How do I know if I don’t have a vagina?
Your pediatrician or gynecologist will diagnose vaginal agenesis based on your medical history and a physical exam. Vaginal agenesis is typically diagnosed during puberty when your menstrual periods don’t start, even after you’ve developed breasts and have underarm and pubic hair.
How is hematocolpos diagnosed?
The diagnosis is easy, it is primarily clinical. Pelvic ultrasound and nuclear magnetic resonance are the complementary examinations to be performed as a preoperative assessment and to detect any associated genito-urinary malformations.
What is Mucocolpos?
mu·co·col·pos (myū-kō-kol’pos), Presence of mucus in the vagina. [muco- + G. kolpos, vagina]
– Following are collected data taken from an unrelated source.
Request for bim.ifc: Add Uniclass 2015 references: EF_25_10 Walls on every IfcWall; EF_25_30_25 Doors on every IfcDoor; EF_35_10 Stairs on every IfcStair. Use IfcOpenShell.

First a look at what the model holds.

```python
import ifcopenshell

model = ifcopenshell.open("bim.ifc")
print(model.schema)
print("classifications:", [c.Name for c in model.by_type("IfcClassification")])
for ifc_class in ("IfcDoor", "IfcRoof", "IfcStair", "IfcWall", "IfcWindow"):
    print(ifc_class, len(model.by_type(ifc_class)))
```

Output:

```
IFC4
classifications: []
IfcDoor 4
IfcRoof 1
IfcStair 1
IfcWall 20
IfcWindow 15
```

```python
import ifcopenshell
import ifcopenshell.api.classification

model = ifcopenshell.open("bim.ifc")

system = ifcopenshell.api.classification.add_classification(model, classification="Uniclass 2015")

codes = {
    "IfcWall": ("EF_25_10", "Walls"),
    "IfcDoor": ("EF_25_30_25", "Doors"),
    "IfcStair": ("EF_35_10", "Stairs"),
}
for ifc_class, (code, name) in codes.items():
    products = model.by_type(ifc_class)
    ifcopenshell.api.classification.add_reference(
        model, products=products, classification=system, identification=code, name=name
    )
    print(code, len(products))

model.write("bim_rev.ifc")
```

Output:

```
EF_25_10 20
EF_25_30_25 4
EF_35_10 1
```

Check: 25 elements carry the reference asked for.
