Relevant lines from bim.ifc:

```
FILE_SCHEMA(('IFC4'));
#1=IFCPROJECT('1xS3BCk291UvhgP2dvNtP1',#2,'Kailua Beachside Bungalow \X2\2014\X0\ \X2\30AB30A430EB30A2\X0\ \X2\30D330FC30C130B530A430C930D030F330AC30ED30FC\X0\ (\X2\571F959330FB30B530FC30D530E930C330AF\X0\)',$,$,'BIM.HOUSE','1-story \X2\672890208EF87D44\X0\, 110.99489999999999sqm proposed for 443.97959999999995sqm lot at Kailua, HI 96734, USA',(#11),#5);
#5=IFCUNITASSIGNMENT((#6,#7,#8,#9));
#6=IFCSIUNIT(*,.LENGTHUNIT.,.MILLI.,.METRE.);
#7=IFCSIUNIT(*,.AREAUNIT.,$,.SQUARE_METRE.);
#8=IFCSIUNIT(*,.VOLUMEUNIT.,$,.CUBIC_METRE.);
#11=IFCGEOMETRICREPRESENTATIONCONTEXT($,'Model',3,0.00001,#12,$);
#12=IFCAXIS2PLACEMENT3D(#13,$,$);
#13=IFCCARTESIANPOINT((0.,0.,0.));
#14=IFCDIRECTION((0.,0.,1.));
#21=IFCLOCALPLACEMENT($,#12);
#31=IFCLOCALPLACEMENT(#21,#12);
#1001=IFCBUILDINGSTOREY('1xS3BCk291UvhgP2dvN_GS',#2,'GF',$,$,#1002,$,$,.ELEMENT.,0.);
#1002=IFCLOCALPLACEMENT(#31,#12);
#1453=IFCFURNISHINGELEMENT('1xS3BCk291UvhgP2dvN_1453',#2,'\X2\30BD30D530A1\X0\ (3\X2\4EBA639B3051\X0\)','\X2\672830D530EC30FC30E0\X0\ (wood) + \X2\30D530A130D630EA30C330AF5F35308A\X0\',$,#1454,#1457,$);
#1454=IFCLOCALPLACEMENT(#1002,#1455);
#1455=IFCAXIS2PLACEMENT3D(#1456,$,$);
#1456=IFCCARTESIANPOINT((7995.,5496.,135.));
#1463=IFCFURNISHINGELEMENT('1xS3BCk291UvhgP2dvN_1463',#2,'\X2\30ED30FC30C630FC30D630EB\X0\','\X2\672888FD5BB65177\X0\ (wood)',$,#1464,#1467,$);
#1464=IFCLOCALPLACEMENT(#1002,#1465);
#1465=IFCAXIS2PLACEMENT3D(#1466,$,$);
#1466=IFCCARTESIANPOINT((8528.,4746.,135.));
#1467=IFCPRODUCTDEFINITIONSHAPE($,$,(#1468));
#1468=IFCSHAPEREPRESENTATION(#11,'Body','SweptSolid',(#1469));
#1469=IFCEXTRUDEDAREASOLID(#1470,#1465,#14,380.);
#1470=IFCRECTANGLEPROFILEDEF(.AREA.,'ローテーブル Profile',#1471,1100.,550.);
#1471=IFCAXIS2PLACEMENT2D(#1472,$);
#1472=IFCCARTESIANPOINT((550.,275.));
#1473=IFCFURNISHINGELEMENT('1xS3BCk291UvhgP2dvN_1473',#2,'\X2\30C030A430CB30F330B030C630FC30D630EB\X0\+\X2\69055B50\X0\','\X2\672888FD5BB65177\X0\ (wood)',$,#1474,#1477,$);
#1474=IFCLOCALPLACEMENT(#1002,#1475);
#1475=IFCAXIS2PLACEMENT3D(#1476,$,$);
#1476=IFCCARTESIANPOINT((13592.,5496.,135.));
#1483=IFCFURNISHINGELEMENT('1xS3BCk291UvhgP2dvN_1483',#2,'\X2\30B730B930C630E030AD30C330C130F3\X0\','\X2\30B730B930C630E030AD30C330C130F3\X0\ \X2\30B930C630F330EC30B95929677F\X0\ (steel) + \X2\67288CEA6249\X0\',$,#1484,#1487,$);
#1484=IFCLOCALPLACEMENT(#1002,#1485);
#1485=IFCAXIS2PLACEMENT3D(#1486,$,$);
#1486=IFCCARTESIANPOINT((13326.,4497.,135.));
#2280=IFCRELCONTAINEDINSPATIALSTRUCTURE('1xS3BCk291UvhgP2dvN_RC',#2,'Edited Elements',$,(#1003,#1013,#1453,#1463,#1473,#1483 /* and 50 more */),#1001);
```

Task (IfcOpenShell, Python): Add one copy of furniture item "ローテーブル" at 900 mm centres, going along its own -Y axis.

```python
import ifcopenshell
import ifcopenshell.api.geometry
import ifcopenshell.api.root
import ifcopenshell.util.element
import ifcopenshell.util.placement

model = ifcopenshell.open("bim.ifc")


def reuse_history(source, copy):
    """copy_class also copies each property set's owner history, people and application; keep the originals."""
    for rel in copy.IsDefinedBy:
        if rel.is_a("IfcRelDefinesByProperties") and (history := rel.RelatingPropertyDefinition.OwnerHistory):
            rel.RelatingPropertyDefinition.OwnerHistory = source.OwnerHistory
            ifcopenshell.util.element.remove_deep2(model, history)


source = model.by_guid("1xS3BCk291UvhgP2dvN_1463")
base = ifcopenshell.util.placement.get_local_placement(source.ObjectPlacement)
step = -base[:3, 1] * 900.0

for i in range(1, 2):
    copy = ifcopenshell.api.root.copy_class(model, product=source)
    copy.Representation = ifcopenshell.util.element.copy_deep(
        model, source.Representation, exclude=["IfcGeometricRepresentationContext", "IfcRepresentationMap"]
    )
    reuse_history(source, copy)
    matrix = base.copy()
    matrix[:3, 3] += i * step
    print("added at", matrix[:3, 3].round(3) + 0.0)
    ifcopenshell.api.geometry.edit_object_placement(model, product=copy, matrix=matrix, is_si=False)

model.write("bim_rev.ifc")
```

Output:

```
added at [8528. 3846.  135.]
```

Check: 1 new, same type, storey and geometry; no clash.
Can a woman survive without vagina?
Due to this syndrome the growth of the female reproductive organs(uterus, cervix and vagina) is not proper. Sometimes, the uterus and vagina may be underdeveloped or absent entirely. The condition can be treated without a surgery to create a vagina as well.
What is the treatment for hematocolpos?
The surgical procedure of hymenotomy and evacuation of hematocolpos is performed in an outpatient setting. The patient and family should be instructed to expect continued drainage of dark, thick, old blood for several days to a week after the procedure. Mild cramping may occur as the hematometra resolves and evacuates.
What are the causes of hematocolpos?
The medical definition of hematocolpos is ‘an accumulation of blood within the vagina’. It is often caused by the combination of menstruation with an imperforate hymen. It is sometimes seen in Robinow syndrome, uterus didelphys, or other vaginal anomalies.
What is a hematocolpos?
Hematocolpos is the vaginal retention of menstrual blood at puberty. It results clinically in painful amenorrhea and more rarely in a pelvic mass syndrome.
What does a hymen look like before it breaks?
If the hymen is intact, it may look like a thin disc covering the opening of the vagina or a doughnut-shaped ring around the vagina (hymenal ring). If the hymen isn’t fully covering the vaginal opening, it may look like a crescent or half-moon. Some hymens have small perforations or multiple openings.